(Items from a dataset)
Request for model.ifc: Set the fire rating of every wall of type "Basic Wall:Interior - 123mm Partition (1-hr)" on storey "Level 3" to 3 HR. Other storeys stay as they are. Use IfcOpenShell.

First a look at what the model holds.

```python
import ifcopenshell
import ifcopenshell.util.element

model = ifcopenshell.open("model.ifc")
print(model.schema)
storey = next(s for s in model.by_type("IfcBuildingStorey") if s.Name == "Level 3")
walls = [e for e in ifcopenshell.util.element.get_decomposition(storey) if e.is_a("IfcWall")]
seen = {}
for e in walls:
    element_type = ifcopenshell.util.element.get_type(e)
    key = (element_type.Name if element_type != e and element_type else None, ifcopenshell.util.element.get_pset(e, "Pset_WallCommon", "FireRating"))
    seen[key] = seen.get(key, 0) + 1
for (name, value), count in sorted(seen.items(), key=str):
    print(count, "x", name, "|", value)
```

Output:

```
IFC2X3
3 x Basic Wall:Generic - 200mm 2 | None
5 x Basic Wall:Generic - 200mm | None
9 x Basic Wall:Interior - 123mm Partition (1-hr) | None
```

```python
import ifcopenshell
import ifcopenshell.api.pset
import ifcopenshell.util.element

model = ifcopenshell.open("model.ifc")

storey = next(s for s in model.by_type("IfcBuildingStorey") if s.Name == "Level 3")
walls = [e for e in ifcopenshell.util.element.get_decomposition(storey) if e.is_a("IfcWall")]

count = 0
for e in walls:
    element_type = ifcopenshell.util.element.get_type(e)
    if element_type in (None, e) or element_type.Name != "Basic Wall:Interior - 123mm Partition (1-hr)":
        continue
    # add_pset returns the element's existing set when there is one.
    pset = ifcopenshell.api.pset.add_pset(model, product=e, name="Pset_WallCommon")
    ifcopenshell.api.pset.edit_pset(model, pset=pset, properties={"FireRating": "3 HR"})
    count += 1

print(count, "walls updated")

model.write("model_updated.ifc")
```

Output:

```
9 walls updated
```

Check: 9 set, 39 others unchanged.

* * *

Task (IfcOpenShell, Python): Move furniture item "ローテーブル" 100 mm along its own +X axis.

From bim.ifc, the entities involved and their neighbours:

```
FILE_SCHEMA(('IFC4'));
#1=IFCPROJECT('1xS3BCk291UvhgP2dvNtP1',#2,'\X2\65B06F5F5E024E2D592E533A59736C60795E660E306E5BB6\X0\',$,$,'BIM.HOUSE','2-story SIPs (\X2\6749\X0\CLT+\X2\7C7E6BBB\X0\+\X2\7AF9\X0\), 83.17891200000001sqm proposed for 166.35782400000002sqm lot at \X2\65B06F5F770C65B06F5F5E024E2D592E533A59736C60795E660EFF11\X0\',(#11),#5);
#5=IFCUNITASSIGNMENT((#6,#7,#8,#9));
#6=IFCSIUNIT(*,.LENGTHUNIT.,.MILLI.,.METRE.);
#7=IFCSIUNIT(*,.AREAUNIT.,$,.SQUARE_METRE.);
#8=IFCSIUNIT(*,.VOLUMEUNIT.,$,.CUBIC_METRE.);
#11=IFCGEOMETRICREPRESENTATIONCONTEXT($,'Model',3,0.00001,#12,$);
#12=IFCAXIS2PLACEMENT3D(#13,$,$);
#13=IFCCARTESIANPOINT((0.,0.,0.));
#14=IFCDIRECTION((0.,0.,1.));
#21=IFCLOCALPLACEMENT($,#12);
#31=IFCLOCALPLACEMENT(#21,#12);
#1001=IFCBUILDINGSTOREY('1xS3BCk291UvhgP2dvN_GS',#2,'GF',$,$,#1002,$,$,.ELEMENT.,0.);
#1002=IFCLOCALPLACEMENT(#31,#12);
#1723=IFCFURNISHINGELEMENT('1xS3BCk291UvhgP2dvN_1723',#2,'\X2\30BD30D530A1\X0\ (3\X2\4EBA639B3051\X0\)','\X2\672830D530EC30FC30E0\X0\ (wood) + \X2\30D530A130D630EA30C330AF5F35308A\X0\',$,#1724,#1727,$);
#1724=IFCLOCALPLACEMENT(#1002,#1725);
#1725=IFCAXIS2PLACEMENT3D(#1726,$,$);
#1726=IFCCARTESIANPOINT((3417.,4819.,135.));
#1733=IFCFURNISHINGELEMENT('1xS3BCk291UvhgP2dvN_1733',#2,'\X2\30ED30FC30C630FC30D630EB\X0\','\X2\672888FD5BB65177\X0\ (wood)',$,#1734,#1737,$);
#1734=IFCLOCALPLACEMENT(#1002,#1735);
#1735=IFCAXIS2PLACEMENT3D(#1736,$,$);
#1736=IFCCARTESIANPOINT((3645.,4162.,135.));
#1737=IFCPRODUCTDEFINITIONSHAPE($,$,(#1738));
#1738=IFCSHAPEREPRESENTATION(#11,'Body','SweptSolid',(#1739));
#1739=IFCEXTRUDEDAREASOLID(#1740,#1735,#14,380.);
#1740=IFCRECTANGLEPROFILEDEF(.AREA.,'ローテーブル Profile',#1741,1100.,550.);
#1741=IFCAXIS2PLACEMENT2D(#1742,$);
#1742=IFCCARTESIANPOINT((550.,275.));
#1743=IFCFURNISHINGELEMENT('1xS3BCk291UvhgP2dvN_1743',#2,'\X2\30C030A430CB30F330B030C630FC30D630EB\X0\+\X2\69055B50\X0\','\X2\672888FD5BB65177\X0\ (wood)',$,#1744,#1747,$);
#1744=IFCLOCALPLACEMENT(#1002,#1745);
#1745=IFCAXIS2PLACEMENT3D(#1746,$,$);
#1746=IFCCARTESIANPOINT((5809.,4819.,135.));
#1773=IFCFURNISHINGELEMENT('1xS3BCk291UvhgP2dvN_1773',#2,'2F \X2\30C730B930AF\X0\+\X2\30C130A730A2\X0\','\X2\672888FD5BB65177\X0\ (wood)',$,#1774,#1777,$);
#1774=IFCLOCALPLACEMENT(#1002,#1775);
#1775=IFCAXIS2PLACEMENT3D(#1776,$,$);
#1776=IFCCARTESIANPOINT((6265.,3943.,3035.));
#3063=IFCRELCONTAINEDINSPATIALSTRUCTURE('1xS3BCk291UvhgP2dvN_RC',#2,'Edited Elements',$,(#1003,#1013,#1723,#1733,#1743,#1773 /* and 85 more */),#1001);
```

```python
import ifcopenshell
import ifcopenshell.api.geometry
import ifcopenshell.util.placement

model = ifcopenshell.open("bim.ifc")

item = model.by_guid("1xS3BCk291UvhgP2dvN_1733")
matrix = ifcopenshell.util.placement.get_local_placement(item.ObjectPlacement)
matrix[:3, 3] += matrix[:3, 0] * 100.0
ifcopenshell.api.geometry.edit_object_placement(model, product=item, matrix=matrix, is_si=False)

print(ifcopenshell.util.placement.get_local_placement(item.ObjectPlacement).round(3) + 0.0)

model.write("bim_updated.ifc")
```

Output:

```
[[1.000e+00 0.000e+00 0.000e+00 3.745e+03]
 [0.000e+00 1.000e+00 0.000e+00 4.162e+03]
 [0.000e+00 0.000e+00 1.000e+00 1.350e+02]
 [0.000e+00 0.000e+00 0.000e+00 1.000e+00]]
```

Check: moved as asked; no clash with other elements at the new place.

What you are asked to do. Search the entries for the string "IFCSIUNIT" and copy each line where it occurs.

Result of the task.
#6=IFCSIUNIT(*,.LENGTHUNIT.,.MILLI.,.METRE.);
#7=IFCSIUNIT(*,.AREAUNIT.,$,.SQUARE_METRE.);
#8=IFCSIUNIT(*,.VOLUMEUNIT.,$,.CUBIC_METRE.);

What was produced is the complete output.